如今院中大事小事,全由這白嬤嬤說了算,有時候她這個夫人說話都不頂用。

“這丫頭沒規矩,奴婢幫您教教她。”白嬤嬤輕笑了一聲道。

“我的丫鬟,我自己會教,你算什麼東西?”蘇知微冷聲道。

那白嬤嬤臉一青,“夫人,奴婢是老夫人派來這院的,您說我是什麼東西?”

“狗東西!”

“你!”

蘇知微喘了一聲,轉頭問蓮心怎麼回事。

“夫人這病需用人參養著,奴婢去寶盈閣問,管事說沒有人參,奴婢只能找白嬤嬤要銀子,好去外面買,她卻不給。”說著蓮心紅了眼,儼然為這人參碰了不少壁。

“白嬤嬤,本夫人倒要聽聽,你為何不給蓮心銀子。”蘇知微看向那白嬤嬤。

白嬤嬤一撇嘴,一攤手,“夫人三天兩頭生病,這賬上早沒錢了!”

“沒錢?”她蘇知微會沒錢?

“可不是!”

“胡說,我們夫人名下那麼多產業,隨便一間鋪子一個月的收益就上萬兩,怎麼會沒錢!”蓮心急道。

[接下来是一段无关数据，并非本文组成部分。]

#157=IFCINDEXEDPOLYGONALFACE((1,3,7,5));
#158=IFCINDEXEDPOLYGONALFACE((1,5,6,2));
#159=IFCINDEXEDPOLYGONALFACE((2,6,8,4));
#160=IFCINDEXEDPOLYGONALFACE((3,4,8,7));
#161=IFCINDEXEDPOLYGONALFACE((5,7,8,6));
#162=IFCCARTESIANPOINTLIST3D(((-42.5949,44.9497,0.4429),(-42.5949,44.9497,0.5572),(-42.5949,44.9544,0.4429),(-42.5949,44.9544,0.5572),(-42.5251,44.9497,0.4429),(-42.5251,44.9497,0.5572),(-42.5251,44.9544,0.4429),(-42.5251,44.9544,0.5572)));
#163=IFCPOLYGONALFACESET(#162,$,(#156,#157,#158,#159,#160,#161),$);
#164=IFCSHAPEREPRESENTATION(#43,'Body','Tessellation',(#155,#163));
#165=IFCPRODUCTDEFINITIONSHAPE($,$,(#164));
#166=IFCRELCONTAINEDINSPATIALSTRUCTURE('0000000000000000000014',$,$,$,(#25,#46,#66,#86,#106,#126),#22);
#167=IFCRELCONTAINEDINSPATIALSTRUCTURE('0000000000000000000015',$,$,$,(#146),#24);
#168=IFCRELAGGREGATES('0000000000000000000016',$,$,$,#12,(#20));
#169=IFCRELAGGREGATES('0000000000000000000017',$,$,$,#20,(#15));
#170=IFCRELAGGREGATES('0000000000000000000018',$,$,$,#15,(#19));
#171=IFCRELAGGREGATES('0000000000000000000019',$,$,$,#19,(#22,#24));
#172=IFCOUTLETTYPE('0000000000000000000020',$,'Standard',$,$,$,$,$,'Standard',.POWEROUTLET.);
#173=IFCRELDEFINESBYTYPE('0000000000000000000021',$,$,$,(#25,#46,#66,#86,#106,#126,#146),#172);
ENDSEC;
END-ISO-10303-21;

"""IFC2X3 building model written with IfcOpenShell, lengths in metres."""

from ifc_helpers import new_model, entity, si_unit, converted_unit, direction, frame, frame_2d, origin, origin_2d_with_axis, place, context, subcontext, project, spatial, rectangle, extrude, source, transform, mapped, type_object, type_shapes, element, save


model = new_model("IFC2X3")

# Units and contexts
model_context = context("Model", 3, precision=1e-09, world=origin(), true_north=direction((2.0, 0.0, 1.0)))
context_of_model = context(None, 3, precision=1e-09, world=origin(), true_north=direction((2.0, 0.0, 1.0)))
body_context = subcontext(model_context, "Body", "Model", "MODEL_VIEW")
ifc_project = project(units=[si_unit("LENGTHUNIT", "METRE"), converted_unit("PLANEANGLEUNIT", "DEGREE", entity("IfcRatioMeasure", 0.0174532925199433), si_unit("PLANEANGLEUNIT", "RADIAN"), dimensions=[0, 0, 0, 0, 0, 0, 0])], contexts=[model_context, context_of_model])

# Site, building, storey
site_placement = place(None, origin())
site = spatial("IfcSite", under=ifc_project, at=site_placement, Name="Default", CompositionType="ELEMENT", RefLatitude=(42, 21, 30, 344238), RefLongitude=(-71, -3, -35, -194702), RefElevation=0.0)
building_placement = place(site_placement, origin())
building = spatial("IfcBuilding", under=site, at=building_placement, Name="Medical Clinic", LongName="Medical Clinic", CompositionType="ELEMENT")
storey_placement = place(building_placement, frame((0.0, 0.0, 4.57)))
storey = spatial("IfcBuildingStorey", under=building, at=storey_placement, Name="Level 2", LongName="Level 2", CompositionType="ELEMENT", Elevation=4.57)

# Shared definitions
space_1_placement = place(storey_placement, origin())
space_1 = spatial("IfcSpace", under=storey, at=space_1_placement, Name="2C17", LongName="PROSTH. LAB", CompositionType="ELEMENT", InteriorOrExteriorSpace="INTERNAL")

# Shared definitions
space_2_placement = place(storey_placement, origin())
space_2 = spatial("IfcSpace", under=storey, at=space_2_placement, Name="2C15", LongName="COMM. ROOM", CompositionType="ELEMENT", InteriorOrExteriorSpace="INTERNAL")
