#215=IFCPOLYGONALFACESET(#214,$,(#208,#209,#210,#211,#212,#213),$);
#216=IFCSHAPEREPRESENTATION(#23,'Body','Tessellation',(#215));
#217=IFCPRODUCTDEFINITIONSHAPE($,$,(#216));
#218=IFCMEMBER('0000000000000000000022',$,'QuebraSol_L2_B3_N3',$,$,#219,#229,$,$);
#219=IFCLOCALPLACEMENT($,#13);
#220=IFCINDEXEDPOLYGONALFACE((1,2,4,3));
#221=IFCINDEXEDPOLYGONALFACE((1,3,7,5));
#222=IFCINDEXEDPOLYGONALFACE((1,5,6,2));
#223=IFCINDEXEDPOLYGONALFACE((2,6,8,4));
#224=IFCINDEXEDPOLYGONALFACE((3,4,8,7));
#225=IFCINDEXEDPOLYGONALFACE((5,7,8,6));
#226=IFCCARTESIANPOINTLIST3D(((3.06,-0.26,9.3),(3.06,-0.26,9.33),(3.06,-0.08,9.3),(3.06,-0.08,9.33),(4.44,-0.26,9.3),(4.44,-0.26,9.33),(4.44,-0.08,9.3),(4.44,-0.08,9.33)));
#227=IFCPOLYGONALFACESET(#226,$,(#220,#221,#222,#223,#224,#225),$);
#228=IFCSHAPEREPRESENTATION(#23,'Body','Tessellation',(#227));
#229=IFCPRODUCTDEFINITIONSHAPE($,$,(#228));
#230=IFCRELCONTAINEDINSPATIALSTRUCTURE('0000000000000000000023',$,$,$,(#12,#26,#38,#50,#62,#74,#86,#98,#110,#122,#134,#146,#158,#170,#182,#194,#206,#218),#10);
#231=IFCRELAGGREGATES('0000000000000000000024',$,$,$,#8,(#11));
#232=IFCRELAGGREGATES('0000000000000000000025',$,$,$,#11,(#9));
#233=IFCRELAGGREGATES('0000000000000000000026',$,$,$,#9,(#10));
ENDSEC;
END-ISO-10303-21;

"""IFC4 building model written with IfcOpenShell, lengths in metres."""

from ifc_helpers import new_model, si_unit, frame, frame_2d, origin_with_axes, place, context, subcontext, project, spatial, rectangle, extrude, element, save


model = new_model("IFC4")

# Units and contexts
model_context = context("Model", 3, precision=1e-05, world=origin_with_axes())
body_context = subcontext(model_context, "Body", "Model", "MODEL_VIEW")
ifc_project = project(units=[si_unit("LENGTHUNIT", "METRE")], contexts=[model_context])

“那些產業隨著夫人嫁進江家,便是江家的了。你也別說江家虧待夫人,每個院的月錢都是一樣,便是老夫人那兒也不比這院多一分。”

蘇知微呵了一聲,這世上這樣的道理呢!

“那我如何才能吃上這根人參?”

“這話說得,莫不吃不上這根人參,夫人就活不成?”白嬤嬤捂嘴笑了起來。

蘇知微眯眼,再看其他下人,皆站在一旁,有不少跟著白嬤嬤一起嘲笑她呢。

回到屋裡,蓮心扶著蘇知微坐下,“姑娘,您彆氣,奴婢再想辦法。”

“寶盈閣真沒有人參了?”蘇知微問。

“這……”

“有什麼話就說。”

“奴婢出來的時候分明見東院拿走了一支,奴婢再去問,裡面人說是專門給老夫人買的,沒有夫人您的份兒。”

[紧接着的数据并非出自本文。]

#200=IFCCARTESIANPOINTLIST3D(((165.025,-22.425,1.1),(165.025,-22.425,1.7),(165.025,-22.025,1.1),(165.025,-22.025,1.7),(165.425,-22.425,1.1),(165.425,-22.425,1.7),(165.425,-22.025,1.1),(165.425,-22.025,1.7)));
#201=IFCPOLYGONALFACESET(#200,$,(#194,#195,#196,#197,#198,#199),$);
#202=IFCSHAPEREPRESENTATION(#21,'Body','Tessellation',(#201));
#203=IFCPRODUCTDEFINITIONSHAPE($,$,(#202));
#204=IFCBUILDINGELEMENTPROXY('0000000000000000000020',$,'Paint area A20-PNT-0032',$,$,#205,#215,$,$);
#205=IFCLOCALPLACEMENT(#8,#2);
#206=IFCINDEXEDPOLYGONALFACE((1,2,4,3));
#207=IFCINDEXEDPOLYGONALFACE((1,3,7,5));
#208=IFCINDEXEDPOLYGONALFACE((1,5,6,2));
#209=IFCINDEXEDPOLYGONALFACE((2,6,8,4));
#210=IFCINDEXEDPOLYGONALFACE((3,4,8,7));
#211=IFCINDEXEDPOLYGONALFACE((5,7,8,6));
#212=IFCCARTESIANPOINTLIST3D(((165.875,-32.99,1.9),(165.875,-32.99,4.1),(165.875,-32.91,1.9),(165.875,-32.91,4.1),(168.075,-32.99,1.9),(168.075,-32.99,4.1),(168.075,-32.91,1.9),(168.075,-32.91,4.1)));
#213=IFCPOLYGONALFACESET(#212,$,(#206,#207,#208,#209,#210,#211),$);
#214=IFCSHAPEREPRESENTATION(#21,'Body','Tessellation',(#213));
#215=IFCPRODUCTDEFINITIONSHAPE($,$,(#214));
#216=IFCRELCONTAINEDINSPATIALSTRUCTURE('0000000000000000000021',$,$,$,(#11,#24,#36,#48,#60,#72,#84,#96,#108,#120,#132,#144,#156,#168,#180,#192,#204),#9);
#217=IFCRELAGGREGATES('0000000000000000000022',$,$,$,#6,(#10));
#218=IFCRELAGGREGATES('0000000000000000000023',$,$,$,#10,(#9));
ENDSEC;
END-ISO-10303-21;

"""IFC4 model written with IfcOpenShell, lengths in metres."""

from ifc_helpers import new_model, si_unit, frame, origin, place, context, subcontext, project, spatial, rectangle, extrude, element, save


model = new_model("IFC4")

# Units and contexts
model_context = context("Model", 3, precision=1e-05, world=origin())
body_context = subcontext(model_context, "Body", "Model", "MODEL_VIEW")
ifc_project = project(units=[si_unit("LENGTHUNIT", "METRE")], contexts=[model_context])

蘇知微呵了一聲,“這宅子原是姓蘇啊,如今我倒成了寄人籬下的外人。”

蘇知微仔細問了蓮心,知蘇家之前的奴僕因被江家排擠而分配到外面做粗活了。

“你去找幾個年輕壯實的來。”

“姑娘,您要做什麼?”

“將白婆子抓起來,送官!”

約莫半個時辰後,院裡吵了起來。蘇知微讓蓮心扶著出去,但見那白婆子被幾個穿著粗布短打的年輕小夥綁了起來。

白婆子掙扎不開,破口大罵:“你們這幫賤東西,我可是老夫人身邊的人,你們敢碰我,回頭把你們手腳都砍了,扔荒山野嶺喂狼去!”

“白嬤嬤,讓他們綁你的,是我。”蘇知微道。

白嬤嬤瞪大眼睛看向蘇知微,“夫人這是什麼意思?”

“白嬤嬤做了什麼,你自己不知?”

“奴婢做了什麼?”

“嘖嘖,我那私庫有兩把鑰匙,一把在你手裡吧,我今日發現裡面少了不少寶貝,定是你偷的,對不對?”

白嬤嬤一臉心虛,“我沒拿!”

“你拿沒拿,等會兒去官府交代吧。”

見蘇知微動真格了,白嬤嬤嚇得夠嗆,忙讓其他僕從去找老夫人。

而剛出院子,江母和江映畫就趕來了。

江母怒喝一聲,“蘇知微,你又耍什麼么蛾子?”

蘇知微裝作無辜,“婆母不問青紅皂白,開口就訓斥於我,不合適吧?”

江母沉下一口氣,問那白嬤嬤,“怎麼回事?”

“老夫人,您可得給奴婢做主啊,夫人她冤枉我,說我偷了她私庫的寶貝。”說完白嬤嬤瞄了江映畫一眼。

江母自然知道蘇知微沒有冤枉白嬤嬤,只是白嬤嬤拿這些東西,卻是江映畫教唆的,東西也在她那兒。

“哦,對了,尤其那八珍蓮花瓔珞,當間鑲嵌一顆東海黑珍珠,世間少有,價值不可估量。”

說著,蘇知微看向江映畫,而那瓔珞此時就戴在她脖子上。

江映畫聞言,下意識用手捂住那瓔珞。

“咦,二妹脖子上戴的這瓔珞,似是眼熟啊。”蘇知微淡淡道。